** Extracted information **
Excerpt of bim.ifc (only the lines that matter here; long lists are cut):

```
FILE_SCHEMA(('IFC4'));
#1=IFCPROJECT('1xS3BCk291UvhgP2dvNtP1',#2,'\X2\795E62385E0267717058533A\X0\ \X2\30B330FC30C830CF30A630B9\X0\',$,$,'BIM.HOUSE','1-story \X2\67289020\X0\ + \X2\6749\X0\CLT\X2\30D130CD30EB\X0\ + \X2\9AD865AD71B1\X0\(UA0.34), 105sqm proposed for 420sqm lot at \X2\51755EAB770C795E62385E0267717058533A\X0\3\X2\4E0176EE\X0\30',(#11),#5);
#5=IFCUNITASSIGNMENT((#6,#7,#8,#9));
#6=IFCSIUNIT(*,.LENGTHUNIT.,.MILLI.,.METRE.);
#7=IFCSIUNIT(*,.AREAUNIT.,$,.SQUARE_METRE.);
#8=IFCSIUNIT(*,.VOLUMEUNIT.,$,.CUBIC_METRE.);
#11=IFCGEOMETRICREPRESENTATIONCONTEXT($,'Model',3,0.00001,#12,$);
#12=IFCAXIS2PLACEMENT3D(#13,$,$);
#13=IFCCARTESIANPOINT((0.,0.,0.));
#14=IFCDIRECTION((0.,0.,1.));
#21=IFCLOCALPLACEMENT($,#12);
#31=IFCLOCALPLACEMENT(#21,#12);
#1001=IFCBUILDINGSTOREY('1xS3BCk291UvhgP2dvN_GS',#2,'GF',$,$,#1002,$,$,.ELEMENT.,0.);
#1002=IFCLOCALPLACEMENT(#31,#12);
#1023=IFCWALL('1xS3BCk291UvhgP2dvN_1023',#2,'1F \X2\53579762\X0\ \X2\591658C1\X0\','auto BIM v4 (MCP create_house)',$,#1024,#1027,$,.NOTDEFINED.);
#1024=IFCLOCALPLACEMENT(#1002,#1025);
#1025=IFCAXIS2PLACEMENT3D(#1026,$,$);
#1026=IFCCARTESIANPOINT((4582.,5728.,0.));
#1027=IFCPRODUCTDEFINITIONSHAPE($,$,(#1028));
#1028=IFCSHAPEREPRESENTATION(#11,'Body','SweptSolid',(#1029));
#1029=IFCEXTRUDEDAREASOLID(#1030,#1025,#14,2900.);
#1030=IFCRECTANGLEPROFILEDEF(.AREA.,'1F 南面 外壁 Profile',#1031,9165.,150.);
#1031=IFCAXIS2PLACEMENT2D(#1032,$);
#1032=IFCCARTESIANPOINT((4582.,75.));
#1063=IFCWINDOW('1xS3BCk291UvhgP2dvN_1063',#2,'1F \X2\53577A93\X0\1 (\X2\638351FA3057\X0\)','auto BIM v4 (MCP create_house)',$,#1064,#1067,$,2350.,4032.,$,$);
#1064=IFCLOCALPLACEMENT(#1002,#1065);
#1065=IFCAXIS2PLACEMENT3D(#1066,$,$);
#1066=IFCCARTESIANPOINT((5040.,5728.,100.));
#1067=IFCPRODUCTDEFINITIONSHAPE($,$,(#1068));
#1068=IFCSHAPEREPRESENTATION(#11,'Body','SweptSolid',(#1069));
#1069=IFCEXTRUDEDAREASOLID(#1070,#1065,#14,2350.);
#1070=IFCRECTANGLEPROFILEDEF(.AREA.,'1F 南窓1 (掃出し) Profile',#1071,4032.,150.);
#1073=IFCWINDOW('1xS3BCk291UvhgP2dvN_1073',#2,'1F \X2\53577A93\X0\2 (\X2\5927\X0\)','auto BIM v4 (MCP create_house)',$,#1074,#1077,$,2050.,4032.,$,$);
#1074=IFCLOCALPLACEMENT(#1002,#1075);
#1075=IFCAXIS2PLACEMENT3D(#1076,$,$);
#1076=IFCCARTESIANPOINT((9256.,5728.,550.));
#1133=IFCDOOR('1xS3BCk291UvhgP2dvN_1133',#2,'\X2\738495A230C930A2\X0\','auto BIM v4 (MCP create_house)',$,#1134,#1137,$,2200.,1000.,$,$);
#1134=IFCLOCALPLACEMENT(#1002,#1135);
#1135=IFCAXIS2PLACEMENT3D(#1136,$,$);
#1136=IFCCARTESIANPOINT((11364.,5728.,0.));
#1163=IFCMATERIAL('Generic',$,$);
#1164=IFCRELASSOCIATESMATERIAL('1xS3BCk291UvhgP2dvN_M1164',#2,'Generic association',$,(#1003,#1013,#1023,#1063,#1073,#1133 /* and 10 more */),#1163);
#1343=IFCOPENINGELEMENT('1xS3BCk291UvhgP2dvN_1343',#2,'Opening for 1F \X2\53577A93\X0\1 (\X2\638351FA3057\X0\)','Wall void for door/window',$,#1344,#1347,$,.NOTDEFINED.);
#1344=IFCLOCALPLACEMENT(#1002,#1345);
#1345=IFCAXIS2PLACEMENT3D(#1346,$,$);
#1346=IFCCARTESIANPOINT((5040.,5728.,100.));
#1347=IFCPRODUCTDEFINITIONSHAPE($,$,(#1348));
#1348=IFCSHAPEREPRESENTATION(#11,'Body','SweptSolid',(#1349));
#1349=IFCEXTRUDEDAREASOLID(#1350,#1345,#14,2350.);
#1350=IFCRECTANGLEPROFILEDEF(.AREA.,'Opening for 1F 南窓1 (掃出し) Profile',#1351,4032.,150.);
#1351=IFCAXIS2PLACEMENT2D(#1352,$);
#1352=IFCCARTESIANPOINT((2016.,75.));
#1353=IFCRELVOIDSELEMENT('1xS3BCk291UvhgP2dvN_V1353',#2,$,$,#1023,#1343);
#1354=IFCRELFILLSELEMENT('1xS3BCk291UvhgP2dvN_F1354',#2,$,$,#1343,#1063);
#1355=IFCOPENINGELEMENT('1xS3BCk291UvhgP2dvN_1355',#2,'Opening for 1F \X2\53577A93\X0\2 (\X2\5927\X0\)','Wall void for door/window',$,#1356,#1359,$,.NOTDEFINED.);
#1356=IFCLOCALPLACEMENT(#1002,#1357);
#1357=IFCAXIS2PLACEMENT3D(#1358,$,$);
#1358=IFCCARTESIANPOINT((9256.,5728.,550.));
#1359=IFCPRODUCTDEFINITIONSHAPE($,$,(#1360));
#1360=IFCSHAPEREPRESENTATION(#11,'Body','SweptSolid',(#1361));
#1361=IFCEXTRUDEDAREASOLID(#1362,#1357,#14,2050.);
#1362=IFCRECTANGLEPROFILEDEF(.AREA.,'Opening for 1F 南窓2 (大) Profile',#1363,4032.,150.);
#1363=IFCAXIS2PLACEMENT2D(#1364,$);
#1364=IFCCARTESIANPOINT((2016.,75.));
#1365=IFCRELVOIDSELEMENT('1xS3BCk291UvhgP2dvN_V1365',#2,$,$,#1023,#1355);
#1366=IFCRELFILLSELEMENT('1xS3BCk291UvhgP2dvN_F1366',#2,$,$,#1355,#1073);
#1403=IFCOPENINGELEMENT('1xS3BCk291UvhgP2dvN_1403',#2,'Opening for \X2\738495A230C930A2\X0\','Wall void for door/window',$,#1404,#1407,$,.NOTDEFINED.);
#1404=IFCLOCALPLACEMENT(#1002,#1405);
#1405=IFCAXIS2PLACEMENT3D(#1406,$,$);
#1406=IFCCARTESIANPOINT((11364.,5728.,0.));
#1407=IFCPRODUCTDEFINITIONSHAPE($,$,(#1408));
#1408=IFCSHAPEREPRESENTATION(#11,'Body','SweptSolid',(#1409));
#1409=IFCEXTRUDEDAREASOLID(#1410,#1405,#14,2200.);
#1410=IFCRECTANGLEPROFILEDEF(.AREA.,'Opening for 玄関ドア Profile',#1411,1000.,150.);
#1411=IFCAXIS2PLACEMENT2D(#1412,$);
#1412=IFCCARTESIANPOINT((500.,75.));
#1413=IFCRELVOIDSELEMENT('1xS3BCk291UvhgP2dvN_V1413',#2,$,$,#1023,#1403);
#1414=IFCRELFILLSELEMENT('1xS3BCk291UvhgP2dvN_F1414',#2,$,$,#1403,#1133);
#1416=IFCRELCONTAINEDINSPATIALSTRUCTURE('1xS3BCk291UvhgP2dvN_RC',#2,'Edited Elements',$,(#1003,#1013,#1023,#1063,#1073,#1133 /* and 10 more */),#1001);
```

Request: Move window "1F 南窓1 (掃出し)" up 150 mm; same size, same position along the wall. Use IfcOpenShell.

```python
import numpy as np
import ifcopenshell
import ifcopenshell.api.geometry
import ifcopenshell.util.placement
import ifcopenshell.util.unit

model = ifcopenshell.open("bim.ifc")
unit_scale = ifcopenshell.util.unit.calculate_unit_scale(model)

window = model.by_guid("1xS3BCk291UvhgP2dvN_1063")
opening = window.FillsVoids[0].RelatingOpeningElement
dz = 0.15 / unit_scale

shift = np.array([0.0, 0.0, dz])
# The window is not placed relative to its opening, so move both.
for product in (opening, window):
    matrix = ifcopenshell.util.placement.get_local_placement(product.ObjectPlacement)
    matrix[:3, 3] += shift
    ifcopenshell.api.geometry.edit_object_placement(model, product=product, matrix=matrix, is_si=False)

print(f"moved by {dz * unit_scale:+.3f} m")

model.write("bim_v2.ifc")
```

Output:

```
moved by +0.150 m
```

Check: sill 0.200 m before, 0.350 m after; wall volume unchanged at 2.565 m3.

---

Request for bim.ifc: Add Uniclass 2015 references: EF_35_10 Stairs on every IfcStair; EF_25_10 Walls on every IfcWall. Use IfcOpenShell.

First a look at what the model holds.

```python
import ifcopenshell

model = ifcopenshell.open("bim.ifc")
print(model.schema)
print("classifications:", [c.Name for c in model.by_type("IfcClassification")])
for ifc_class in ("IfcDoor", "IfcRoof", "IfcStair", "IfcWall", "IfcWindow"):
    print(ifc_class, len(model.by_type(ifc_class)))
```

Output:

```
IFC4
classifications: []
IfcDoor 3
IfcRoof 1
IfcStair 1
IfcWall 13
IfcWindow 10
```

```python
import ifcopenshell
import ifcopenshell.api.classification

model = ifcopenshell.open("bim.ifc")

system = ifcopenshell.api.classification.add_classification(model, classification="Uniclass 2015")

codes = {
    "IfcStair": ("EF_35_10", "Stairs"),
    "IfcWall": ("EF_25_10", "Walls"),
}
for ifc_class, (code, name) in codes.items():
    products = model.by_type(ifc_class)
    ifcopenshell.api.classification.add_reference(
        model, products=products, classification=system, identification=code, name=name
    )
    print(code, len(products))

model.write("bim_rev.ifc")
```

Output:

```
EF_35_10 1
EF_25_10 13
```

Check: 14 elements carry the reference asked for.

---

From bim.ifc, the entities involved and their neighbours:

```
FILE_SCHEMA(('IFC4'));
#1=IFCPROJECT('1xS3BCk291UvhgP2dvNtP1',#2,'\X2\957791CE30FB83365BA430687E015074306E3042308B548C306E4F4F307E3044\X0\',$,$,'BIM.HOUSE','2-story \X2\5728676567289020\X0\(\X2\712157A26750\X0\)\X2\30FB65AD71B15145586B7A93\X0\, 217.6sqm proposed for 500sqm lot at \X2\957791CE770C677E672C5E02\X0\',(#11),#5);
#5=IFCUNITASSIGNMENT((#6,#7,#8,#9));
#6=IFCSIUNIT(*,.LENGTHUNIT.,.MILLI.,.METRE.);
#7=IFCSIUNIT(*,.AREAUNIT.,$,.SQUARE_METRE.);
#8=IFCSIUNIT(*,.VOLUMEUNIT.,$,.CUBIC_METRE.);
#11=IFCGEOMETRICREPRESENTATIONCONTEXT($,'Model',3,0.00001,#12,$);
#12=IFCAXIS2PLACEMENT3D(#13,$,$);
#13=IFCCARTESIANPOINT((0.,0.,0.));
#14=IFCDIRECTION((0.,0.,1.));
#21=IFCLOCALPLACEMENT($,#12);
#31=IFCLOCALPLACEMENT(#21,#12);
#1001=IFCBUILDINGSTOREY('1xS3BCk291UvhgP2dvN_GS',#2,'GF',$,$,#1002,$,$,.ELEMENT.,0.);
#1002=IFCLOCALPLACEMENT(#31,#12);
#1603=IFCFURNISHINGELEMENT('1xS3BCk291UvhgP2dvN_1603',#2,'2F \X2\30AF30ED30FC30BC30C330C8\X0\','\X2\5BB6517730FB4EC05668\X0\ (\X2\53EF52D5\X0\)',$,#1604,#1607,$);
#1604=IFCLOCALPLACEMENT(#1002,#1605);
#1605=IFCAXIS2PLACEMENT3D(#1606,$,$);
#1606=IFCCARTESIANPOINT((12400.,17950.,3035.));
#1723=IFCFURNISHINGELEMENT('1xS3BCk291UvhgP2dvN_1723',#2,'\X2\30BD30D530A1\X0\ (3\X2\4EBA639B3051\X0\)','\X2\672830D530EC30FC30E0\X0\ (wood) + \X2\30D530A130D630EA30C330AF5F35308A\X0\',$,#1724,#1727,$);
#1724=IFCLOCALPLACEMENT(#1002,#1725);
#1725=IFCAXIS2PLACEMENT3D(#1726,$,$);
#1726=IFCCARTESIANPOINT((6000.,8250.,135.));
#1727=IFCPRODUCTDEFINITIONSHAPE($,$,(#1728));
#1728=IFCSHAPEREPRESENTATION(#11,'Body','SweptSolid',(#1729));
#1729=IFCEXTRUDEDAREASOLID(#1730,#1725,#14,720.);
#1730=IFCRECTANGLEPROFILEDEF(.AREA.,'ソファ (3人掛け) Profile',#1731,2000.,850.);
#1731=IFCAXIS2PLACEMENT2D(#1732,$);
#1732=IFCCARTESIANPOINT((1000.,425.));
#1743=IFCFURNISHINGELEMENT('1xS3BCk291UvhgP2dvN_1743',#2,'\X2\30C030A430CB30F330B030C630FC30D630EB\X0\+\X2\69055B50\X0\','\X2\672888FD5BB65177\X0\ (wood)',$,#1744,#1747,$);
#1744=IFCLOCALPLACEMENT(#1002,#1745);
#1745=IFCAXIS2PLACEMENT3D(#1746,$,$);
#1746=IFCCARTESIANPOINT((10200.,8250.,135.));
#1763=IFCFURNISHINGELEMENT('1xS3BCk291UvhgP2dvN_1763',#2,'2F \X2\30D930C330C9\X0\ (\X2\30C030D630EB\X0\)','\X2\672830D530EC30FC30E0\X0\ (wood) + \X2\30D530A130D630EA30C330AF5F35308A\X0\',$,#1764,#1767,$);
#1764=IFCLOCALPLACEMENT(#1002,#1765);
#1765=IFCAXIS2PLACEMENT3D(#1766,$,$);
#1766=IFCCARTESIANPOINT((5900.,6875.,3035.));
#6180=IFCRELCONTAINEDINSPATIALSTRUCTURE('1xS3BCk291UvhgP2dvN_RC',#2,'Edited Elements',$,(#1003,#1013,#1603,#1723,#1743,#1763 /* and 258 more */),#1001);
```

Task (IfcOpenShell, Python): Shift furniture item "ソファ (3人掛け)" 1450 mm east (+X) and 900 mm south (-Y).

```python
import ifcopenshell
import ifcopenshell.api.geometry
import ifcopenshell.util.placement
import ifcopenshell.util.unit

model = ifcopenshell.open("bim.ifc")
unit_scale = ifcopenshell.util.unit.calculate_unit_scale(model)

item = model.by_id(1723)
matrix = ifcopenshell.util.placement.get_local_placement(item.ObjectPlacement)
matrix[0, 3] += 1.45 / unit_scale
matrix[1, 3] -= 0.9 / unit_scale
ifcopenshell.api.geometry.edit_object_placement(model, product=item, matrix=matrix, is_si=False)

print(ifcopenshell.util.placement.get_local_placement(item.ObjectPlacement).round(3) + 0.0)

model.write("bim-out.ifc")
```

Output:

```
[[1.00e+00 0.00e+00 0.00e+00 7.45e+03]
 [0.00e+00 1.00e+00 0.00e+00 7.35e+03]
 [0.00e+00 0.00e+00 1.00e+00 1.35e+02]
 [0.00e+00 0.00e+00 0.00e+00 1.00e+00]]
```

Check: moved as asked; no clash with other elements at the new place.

** Problem statement **
A single number is required: how many lines in these records contain "Generic".

** Completed exercise **
2